(Collected data)
——————————

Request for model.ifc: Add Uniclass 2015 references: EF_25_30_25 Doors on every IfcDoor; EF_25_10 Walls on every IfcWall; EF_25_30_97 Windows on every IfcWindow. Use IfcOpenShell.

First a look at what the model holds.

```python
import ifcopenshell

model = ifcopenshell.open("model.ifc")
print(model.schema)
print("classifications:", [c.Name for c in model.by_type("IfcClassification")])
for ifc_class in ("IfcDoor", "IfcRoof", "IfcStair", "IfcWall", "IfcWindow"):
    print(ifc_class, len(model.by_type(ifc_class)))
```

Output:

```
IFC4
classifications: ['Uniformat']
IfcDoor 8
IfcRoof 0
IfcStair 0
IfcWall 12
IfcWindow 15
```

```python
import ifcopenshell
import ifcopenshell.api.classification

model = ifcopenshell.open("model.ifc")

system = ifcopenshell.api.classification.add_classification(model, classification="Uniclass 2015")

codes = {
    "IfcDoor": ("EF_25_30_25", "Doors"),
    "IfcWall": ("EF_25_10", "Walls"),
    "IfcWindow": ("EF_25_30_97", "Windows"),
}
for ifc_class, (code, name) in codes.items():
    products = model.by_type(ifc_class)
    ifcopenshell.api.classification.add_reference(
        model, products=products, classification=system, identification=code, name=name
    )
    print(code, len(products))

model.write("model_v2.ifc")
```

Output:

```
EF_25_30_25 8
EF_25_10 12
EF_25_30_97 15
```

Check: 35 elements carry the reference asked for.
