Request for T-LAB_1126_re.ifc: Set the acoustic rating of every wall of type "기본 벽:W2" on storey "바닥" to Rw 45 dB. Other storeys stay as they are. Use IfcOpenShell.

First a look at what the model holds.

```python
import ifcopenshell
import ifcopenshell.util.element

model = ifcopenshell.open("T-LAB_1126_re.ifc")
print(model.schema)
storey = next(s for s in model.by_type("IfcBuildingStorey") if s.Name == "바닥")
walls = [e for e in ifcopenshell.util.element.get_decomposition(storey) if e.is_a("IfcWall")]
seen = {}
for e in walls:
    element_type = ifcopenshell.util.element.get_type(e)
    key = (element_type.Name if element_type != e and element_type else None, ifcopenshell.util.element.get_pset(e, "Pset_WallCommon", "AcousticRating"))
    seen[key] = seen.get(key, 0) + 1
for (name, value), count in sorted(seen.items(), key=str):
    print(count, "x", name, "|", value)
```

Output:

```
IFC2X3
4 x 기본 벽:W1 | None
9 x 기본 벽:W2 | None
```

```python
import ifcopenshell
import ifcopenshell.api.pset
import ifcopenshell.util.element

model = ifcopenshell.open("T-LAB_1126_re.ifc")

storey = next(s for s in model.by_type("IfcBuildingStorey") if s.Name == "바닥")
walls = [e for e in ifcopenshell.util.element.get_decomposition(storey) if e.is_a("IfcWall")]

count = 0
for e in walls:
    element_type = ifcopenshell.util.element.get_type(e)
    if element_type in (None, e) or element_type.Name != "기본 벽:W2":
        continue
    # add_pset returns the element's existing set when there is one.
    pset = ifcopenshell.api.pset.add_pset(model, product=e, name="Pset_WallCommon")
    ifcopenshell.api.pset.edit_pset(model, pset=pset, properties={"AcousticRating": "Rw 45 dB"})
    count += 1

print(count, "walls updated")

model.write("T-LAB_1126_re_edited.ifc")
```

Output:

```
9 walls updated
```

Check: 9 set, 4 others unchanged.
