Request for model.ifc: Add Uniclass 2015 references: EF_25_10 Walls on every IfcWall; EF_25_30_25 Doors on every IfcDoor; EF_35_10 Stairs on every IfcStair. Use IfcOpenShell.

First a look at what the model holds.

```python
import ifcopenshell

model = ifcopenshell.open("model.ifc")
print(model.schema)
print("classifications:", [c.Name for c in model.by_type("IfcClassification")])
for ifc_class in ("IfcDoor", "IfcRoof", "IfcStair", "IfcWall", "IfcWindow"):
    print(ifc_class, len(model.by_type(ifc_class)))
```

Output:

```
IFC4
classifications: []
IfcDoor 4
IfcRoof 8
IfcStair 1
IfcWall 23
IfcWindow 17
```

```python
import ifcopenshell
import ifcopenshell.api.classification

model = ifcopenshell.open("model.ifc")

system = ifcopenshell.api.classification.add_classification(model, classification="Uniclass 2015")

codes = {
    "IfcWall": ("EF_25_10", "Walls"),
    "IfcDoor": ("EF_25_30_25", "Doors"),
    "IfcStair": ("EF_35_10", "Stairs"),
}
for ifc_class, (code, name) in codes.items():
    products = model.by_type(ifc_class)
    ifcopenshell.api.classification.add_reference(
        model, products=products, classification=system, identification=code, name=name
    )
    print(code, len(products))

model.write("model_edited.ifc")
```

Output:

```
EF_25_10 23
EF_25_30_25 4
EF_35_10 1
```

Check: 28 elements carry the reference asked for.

——————————

PROBLEM DETAILS:
The required output is the complete set of records, reproduced exactly.

RESULT OF THE EXERCISE:
Request for model.ifc: Add Uniclass 2015 references: EF_25_30_25 Doors on every IfcDoor; EF_25_10 Walls on every IfcWall; EF_25_30_97 Windows on every IfcWindow. Use IfcOpenShell.

First a look at what the model holds.

```python
import ifcopenshell

model = ifcopenshell.open("model.ifc")
print(model.schema)
print("classifications:", [c.Name for c in model.by_type("IfcClassification")])
for ifc_class in ("IfcDoor", "IfcRoof", "IfcStair", "IfcWall", "IfcWindow"):
    print(ifc_class, len(model.by_type(ifc_class)))
```

Output:

```
IFC4
classifications: ['Uniformat']
IfcDoor 8
IfcRoof 0
IfcStair 0
IfcWall 12
IfcWindow 15
```

```python
import ifcopenshell
import ifcopenshell.api.classification

model = ifcopenshell.open("model.ifc")

system = ifcopenshell.api.classification.add_classification(model, classification="Uniclass 2015")

codes = {
    "IfcDoor": ("EF_25_30_25", "Doors"),
    "IfcWall": ("EF_25_10", "Walls"),
    "IfcWindow": ("EF_25_30_97", "Windows"),
}
for ifc_class, (code, name) in codes.items():
    products = model.by_type(ifc_class)
    ifcopenshell.api.classification.add_reference(
        model, products=products, classification=system, identification=code, name=name
    )
    print(code, len(products))

model.write("model_v2.ifc")
```

Output:

```
EF_25_30_25 8
EF_25_10 12
EF_25_30_97 15
```

Check: 35 elements carry the reference asked for.
Request for T-LAB_1126_re.ifc: Set the acoustic rating of every wall of type "기본 벽:W2" on storey "바닥" to Rw 45 dB. Other storeys stay as they are. Use IfcOpenShell.

First a look at what the model holds.

```python
import ifcopenshell
import ifcopenshell.util.element

model = ifcopenshell.open("T-LAB_1126_re.ifc")
print(model.schema)
storey = next(s for s in model.by_type("IfcBuildingStorey") if s.Name == "바닥")
walls = [e for e in ifcopenshell.util.element.get_decomposition(storey) if e.is_a("IfcWall")]
seen = {}
for e in walls:
    element_type = ifcopenshell.util.element.get_type(e)
    key = (element_type.Name if element_type != e and element_type else None, ifcopenshell.util.element.get_pset(e, "Pset_WallCommon", "AcousticRating"))
    seen[key] = seen.get(key, 0) + 1
for (name, value), count in sorted(seen.items(), key=str):
    print(count, "x", name, "|", value)
```

Output:

```
IFC2X3
4 x 기본 벽:W1 | None
9 x 기본 벽:W2 | None
```

```python
import ifcopenshell
import ifcopenshell.api.pset
import ifcopenshell.util.element

model = ifcopenshell.open("T-LAB_1126_re.ifc")

storey = next(s for s in model.by_type("IfcBuildingStorey") if s.Name == "바닥")
walls = [e for e in ifcopenshell.util.element.get_decomposition(storey) if e.is_a("IfcWall")]

count = 0
for e in walls:
    element_type = ifcopenshell.util.element.get_type(e)
    if element_type in (None, e) or element_type.Name != "기본 벽:W2":
        continue
    # add_pset returns the element's existing set when there is one.
    pset = ifcopenshell.api.pset.add_pset(model, product=e, name="Pset_WallCommon")
    ifcopenshell.api.pset.edit_pset(model, pset=pset, properties={"AcousticRating": "Rw 45 dB"})
    count += 1

print(count, "walls updated")

model.write("T-LAB_1126_re_edited.ifc")
```

Output:

```
9 walls updated
```

Check: 9 set, 4 others unchanged.
Request for model.ifc: Add Uniclass 2015 references: EF_25_10 Walls on every IfcWall; EF_25_30_25 Doors on every IfcDoor; EF_35_10 Stairs on every IfcStair. Use IfcOpenShell.

First a look at what the model holds.

```python
import ifcopenshell

model = ifcopenshell.open("model.ifc")
print(model.schema)
print("classifications:", [c.Name for c in model.by_type("IfcClassification")])
for ifc_class in ("IfcDoor", "IfcRoof", "IfcStair", "IfcWall", "IfcWindow"):
    print(ifc_class, len(model.by_type(ifc_class)))
```

Output:

```
IFC4
classifications: []
IfcDoor 4
IfcRoof 8
IfcStair 1
IfcWall 23
IfcWindow 17
```

```python
import ifcopenshell
import ifcopenshell.api.classification

model = ifcopenshell.open("model.ifc")

system = ifcopenshell.api.classification.add_classification(model, classification="Uniclass 2015")

codes = {
    "IfcWall": ("EF_25_10", "Walls"),
    "IfcDoor": ("EF_25_30_25", "Doors"),
    "IfcStair": ("EF_35_10", "Stairs"),
}
for ifc_class, (code, name) in codes.items():
    products = model.by_type(ifc_class)
    ifcopenshell.api.classification.add_reference(
        model, products=products, classification=system, identification=code, name=name
    )
    print(code, len(products))

model.write("model_edited.ifc")
```

Output:

```
EF_25_10 23
EF_25_30_25 4
EF_35_10 1
```

Check: 28 elements carry the reference asked for.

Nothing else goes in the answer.